Items from a data source:
>>>>>
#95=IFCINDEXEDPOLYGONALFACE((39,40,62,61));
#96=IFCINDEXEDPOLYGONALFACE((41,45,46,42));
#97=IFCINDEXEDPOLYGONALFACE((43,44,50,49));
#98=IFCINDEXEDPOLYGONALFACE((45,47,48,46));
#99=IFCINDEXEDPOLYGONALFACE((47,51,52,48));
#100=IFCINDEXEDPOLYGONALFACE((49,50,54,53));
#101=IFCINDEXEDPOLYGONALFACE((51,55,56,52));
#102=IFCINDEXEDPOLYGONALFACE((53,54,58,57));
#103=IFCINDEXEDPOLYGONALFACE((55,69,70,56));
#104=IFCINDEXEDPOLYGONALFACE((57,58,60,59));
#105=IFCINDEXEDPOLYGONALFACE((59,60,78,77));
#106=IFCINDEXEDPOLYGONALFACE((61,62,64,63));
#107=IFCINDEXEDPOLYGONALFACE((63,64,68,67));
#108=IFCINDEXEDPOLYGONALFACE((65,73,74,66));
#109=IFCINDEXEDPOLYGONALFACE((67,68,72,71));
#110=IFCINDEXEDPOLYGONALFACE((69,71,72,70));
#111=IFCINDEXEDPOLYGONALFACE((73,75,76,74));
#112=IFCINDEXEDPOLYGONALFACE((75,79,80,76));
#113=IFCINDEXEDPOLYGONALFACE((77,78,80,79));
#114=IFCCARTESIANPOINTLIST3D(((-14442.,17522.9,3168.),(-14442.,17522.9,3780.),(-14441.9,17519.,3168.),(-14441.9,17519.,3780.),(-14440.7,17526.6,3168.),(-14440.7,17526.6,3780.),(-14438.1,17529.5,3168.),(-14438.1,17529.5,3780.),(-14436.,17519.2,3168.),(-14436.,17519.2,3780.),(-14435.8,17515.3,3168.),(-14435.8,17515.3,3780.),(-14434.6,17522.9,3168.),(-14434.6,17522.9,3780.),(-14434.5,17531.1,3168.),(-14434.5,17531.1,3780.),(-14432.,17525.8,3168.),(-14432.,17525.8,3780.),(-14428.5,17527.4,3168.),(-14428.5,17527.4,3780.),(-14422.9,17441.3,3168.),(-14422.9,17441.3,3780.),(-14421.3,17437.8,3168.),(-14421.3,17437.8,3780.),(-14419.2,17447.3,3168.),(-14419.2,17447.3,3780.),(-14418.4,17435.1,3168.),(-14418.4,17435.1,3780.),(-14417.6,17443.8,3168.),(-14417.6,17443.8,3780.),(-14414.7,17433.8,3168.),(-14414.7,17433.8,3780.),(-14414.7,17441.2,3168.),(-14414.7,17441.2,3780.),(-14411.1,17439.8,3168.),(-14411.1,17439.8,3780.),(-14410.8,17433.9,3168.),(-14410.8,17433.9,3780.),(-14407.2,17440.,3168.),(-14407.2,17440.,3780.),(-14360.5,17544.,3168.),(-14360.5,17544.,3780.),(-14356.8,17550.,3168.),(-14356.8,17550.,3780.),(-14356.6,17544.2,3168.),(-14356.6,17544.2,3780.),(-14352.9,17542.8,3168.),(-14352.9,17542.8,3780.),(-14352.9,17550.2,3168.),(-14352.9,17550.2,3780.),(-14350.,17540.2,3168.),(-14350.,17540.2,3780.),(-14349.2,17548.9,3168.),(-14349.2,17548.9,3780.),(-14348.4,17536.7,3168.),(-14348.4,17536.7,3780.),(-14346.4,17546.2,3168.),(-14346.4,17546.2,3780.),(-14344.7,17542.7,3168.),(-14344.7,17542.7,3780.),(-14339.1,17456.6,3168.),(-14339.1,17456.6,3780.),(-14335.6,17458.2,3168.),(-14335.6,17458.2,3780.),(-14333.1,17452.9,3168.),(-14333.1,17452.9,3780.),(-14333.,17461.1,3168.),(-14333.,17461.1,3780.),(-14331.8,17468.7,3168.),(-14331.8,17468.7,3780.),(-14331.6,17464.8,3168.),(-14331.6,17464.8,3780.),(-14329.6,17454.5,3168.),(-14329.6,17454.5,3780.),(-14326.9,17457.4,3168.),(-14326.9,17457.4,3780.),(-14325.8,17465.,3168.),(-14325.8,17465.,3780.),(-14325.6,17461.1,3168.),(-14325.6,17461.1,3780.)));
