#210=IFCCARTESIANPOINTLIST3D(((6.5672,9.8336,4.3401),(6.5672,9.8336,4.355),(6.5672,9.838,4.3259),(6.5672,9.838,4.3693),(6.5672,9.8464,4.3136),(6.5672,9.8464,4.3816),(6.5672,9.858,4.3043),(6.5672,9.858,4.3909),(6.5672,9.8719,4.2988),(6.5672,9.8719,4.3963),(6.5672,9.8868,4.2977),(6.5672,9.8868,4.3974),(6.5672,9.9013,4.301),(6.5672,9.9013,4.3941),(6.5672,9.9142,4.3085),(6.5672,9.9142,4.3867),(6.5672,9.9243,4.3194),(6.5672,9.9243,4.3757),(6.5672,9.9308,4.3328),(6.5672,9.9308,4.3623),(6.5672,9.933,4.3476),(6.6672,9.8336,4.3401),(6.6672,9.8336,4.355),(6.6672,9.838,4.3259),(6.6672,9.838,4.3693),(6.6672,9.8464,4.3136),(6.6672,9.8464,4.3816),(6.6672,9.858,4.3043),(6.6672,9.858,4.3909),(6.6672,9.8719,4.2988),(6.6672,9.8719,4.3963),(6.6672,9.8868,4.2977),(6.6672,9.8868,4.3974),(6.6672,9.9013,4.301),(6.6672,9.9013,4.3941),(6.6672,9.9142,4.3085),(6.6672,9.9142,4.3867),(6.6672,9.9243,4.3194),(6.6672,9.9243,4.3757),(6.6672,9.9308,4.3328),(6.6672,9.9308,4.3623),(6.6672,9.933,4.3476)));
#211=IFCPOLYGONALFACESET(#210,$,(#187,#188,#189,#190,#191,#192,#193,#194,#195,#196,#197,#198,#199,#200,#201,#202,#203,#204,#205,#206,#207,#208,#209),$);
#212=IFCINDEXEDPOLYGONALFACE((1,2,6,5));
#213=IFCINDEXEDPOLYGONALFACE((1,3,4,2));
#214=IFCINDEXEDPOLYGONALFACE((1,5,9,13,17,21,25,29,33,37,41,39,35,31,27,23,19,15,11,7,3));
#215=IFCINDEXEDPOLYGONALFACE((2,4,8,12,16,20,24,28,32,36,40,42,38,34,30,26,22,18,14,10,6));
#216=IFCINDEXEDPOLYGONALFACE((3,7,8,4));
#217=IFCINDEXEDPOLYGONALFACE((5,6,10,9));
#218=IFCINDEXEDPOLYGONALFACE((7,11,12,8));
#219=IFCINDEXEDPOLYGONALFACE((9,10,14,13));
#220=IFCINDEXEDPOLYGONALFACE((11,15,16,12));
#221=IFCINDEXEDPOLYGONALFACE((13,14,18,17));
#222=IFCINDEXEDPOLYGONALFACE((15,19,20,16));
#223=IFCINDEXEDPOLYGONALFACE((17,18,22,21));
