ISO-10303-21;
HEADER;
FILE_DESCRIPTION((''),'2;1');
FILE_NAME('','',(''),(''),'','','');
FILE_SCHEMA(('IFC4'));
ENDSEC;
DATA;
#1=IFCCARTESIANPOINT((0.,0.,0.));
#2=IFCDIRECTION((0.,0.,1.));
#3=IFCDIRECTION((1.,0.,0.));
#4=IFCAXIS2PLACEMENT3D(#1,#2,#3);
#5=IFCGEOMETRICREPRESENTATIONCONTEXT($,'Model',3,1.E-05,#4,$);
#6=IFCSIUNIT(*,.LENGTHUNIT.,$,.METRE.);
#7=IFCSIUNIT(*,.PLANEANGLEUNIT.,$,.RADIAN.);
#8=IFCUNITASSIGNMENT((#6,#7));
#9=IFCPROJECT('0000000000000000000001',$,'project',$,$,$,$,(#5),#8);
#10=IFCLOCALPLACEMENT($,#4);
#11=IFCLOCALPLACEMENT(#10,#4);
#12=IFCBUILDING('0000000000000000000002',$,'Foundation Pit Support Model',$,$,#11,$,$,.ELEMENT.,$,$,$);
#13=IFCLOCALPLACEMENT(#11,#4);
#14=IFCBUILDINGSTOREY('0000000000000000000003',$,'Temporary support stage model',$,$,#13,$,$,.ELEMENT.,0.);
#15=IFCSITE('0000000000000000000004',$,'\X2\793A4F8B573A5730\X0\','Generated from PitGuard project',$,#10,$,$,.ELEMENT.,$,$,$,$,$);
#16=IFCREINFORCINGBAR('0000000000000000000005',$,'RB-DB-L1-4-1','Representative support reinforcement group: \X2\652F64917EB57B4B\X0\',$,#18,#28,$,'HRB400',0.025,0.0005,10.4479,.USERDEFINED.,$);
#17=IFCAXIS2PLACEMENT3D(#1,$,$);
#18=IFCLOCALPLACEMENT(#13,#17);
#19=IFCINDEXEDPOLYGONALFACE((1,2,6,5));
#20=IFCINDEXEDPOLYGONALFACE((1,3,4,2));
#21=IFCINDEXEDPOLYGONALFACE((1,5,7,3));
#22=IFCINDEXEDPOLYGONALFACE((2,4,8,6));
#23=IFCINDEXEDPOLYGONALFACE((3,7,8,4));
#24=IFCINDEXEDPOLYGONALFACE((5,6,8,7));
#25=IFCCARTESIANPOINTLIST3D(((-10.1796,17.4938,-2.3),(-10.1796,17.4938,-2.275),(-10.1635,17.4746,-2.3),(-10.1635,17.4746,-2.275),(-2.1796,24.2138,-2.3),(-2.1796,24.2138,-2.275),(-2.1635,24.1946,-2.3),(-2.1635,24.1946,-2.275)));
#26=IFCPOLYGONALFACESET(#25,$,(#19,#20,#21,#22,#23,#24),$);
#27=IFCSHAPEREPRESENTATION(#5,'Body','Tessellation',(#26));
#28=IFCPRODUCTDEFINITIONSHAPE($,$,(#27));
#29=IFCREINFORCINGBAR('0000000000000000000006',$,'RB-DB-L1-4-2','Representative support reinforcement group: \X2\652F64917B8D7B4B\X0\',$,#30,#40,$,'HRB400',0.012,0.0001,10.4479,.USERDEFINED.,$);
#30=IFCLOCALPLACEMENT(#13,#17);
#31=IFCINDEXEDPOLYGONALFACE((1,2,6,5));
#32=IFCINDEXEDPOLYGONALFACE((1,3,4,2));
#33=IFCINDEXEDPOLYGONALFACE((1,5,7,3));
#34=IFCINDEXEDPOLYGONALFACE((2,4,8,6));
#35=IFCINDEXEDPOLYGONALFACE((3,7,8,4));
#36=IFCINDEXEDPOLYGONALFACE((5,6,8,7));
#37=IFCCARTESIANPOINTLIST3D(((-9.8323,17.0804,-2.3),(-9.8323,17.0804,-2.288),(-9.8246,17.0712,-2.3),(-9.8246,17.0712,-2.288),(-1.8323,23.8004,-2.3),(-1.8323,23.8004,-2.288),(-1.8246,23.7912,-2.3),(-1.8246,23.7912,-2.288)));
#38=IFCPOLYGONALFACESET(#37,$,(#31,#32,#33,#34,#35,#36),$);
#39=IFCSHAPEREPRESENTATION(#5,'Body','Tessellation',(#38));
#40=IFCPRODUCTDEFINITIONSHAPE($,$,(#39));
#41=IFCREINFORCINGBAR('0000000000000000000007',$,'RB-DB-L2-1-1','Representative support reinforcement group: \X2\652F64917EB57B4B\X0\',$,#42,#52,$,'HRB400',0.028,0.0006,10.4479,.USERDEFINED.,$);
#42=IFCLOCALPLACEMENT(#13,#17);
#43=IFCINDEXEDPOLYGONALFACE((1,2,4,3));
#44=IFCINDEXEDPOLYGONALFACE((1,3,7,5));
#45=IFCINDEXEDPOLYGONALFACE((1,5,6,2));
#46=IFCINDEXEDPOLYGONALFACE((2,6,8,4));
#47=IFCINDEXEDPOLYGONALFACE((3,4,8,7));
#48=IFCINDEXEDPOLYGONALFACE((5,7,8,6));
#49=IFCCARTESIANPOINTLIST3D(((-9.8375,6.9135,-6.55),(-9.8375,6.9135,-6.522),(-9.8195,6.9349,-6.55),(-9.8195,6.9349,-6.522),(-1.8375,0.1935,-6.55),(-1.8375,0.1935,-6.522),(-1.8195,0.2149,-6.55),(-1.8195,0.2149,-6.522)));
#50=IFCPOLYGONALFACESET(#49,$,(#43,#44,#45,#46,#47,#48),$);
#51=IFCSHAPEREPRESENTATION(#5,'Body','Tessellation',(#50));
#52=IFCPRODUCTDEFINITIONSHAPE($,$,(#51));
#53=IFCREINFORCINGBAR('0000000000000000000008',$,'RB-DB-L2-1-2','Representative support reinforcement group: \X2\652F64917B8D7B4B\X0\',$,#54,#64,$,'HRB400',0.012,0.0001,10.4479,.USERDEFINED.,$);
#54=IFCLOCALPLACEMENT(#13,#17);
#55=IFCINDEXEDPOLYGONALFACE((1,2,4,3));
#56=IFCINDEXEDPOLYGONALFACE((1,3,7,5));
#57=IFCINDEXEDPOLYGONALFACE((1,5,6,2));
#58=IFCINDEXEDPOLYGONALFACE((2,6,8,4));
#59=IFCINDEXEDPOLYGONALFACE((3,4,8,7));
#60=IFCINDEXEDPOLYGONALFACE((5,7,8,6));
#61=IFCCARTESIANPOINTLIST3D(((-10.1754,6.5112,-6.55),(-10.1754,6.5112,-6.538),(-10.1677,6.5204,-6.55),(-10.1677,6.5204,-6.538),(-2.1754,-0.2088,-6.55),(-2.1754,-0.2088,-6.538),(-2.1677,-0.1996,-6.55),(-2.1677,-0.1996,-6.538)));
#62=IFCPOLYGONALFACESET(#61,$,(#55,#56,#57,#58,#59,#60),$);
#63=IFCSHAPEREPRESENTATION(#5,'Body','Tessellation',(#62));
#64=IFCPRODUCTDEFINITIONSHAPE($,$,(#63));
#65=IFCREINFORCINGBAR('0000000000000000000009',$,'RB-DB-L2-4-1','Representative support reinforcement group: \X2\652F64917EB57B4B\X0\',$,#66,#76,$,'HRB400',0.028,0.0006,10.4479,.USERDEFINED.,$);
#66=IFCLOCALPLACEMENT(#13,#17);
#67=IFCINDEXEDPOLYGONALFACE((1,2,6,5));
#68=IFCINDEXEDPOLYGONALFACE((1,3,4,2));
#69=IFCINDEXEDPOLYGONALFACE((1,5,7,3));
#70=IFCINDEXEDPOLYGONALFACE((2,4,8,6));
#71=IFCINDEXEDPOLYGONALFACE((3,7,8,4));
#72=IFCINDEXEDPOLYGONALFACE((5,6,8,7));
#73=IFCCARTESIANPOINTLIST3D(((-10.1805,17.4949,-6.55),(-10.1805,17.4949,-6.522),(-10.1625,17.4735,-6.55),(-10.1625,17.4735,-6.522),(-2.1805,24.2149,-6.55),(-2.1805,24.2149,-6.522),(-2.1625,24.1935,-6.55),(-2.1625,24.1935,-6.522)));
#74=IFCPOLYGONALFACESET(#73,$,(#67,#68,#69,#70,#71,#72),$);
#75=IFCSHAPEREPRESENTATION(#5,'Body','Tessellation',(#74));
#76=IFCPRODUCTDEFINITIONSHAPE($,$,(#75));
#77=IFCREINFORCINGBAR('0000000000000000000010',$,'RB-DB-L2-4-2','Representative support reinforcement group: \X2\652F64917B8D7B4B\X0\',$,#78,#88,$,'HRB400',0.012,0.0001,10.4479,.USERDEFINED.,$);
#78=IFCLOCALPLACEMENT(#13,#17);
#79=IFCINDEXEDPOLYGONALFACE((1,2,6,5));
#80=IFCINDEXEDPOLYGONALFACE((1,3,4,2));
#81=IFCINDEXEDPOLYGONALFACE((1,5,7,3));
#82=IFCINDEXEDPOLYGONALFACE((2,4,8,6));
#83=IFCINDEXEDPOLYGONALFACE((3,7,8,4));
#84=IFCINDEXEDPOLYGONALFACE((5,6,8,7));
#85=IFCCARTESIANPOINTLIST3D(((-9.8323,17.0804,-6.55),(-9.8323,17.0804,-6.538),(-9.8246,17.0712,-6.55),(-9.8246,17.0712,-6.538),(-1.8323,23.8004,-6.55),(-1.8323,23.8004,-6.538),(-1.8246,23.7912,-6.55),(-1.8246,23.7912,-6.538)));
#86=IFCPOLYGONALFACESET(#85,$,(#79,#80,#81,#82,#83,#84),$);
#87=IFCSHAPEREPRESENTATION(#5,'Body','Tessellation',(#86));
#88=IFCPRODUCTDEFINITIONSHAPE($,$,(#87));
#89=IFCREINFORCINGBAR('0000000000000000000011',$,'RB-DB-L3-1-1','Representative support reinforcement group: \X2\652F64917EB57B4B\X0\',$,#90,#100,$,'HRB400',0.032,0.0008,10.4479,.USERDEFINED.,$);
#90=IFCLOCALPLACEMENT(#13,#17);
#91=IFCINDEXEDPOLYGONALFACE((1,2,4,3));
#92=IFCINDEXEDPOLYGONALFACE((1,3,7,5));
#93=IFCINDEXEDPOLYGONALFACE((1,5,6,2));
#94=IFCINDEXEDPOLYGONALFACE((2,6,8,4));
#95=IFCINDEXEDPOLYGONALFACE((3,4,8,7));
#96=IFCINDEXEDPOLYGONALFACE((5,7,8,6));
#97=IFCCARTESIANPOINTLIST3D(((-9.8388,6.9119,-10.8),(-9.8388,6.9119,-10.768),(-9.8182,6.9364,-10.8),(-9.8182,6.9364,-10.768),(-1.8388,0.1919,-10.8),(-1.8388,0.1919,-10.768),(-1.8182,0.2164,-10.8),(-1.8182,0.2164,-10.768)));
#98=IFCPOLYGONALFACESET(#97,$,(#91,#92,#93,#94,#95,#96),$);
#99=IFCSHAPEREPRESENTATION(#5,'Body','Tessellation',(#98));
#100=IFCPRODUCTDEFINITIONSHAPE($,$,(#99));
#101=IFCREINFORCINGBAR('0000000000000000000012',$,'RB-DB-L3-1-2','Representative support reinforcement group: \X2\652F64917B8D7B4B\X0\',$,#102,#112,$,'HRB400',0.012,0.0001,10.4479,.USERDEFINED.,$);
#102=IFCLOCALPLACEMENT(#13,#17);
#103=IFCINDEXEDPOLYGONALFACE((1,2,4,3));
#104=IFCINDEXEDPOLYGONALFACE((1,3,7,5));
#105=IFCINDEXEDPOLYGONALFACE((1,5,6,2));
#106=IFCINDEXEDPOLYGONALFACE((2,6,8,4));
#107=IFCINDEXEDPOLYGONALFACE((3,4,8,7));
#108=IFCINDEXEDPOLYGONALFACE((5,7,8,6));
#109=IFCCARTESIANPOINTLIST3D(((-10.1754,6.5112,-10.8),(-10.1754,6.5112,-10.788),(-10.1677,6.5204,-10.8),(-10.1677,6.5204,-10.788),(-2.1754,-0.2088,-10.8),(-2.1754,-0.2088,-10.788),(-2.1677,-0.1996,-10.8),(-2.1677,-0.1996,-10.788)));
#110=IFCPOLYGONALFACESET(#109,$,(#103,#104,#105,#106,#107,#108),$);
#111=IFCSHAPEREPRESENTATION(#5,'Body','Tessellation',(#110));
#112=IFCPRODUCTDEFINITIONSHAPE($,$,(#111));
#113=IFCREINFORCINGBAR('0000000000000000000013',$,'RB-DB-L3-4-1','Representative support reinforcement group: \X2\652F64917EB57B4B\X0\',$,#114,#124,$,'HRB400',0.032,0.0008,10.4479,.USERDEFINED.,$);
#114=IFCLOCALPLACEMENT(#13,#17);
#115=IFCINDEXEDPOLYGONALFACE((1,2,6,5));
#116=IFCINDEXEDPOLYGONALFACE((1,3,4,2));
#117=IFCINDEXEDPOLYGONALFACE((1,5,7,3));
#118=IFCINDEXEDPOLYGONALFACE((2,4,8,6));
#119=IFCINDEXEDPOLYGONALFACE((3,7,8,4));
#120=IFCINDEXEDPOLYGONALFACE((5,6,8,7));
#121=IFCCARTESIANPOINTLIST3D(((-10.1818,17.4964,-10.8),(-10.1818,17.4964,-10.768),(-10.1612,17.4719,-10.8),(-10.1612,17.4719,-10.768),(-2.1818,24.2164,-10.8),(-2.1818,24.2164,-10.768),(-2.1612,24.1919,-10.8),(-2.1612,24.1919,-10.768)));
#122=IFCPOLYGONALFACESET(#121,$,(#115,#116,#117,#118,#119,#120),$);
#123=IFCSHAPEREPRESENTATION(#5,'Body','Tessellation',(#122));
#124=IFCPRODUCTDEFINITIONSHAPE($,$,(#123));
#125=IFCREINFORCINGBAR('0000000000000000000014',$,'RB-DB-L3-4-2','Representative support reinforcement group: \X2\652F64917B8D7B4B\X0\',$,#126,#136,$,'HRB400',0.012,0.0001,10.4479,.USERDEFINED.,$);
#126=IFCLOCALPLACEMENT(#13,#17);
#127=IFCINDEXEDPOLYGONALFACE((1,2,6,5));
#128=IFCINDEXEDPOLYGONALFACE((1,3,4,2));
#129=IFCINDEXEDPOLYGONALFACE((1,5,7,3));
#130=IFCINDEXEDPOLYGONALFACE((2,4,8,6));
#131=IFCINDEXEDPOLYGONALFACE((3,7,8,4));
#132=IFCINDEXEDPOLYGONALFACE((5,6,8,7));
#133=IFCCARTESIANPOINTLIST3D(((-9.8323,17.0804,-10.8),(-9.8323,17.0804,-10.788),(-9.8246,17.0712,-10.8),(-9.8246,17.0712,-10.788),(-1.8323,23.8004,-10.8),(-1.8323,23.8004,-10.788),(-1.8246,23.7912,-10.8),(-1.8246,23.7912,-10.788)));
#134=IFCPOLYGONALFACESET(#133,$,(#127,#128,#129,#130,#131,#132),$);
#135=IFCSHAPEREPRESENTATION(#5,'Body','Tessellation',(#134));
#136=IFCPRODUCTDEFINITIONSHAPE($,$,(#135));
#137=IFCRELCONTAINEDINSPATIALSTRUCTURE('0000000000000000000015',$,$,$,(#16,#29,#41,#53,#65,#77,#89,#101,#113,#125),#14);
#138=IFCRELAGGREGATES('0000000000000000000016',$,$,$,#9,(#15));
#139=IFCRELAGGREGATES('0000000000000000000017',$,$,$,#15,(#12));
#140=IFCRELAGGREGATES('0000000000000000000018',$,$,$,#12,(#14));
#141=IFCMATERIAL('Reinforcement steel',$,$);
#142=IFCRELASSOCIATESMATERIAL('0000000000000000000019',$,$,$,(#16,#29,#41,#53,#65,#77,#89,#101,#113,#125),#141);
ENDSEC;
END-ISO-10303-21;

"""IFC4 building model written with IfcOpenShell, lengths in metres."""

from ifc_helpers import new_model, si_unit, frame, origin_with_axes, origin_2d, place, context, project, spatial, rectangle, extrude, material, element, save


model = new_model("IFC4")

# Units and contexts
model_context = context("Model", 3, precision=1e-05, world=origin_with_axes())
ifc_project = project(units=[si_unit("LENGTHUNIT", "METRE"), si_unit("PLANEANGLEUNIT", "RADIAN")], contexts=[model_context])

# Site, building, storey
site_placement = place(None, origin_with_axes())
site = spatial("IfcSite", under=ifc_project, at=site_placement, Name="示例场地", Description="Generated from PitGuard project", CompositionType="ELEMENT")
building_placement = place(site_placement, origin_with_axes())
building = spatial("IfcBuilding", under=site, at=building_placement, Name="Foundation Pit Support Model", CompositionType="ELEMENT")
storey_placement = place(building_placement, origin_with_axes())
storey = spatial("IfcBuildingStorey", under=building, at=storey_placement, Name="Temporary support stage model", CompositionType="ELEMENT", Elevation=0.0)

# Reinforcing bars
ifc_material_1 = material(Name="Reinforcement steel")
reinforcing_bar_1_placement = place(storey_placement, frame((-6.1715, 20.8442, -2.3), z_axis=(0.0, 0.0, 1.0), x_axis=(-0.765705, -0.643192, 0.0)))
element("IfcReinforcingBar", 1, at=reinforcing_bar_1_placement, inside=storey, material=ifc_material_1, Name="RB-DB-L1-4-1", Description="Representative support reinforcement group: 支撑纵筋", SteelGrade="HRB400", BarLength=10.4479, CrossSectionArea=0.0005, NominalDiameter=0.025, PredefinedType="USERDEFINED", context=model_context, shape_type="SweptSolid", body=[
    extrude(rectangle(XDim=10.4479, YDim=0.025, at=origin_2d()), origin_with_axes(), (0.0, 0.0, 1.0), 0.025),
])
<<<<<
*Task brief:* In the entries above, find lines with "IFCPOLYGONALFACESET" and copy each.

*Answer for the task:*
#211=IFCPOLYGONALFACESET(#210,$,(#187,#188,#189,#190,#191,#192,#193,#194,#195,#196,#197,#198,#199,#200,#201,#202,#203,#204,#205,#206,#207,#208,#209),$);
#26=IFCPOLYGONALFACESET(#25,$,(#19,#20,#21,#22,#23,#24),$);
#38=IFCPOLYGONALFACESET(#37,$,(#31,#32,#33,#34,#35,#36),$);
#50=IFCPOLYGONALFACESET(#49,$,(#43,#44,#45,#46,#47,#48),$);
#62=IFCPOLYGONALFACESET(#61,$,(#55,#56,#57,#58,#59,#60),$);
#74=IFCPOLYGONALFACESET(#73,$,(#67,#68,#69,#70,#71,#72),$);
#86=IFCPOLYGONALFACESET(#85,$,(#79,#80,#81,#82,#83,#84),$);
#98=IFCPOLYGONALFACESET(#97,$,(#91,#92,#93,#94,#95,#96),$);
#110=IFCPOLYGONALFACESET(#109,$,(#103,#104,#105,#106,#107,#108),$);
#122=IFCPOLYGONALFACESET(#121,$,(#115,#116,#117,#118,#119,#120),$);
#134=IFCPOLYGONALFACESET(#133,$,(#127,#128,#129,#130,#131,#132),$);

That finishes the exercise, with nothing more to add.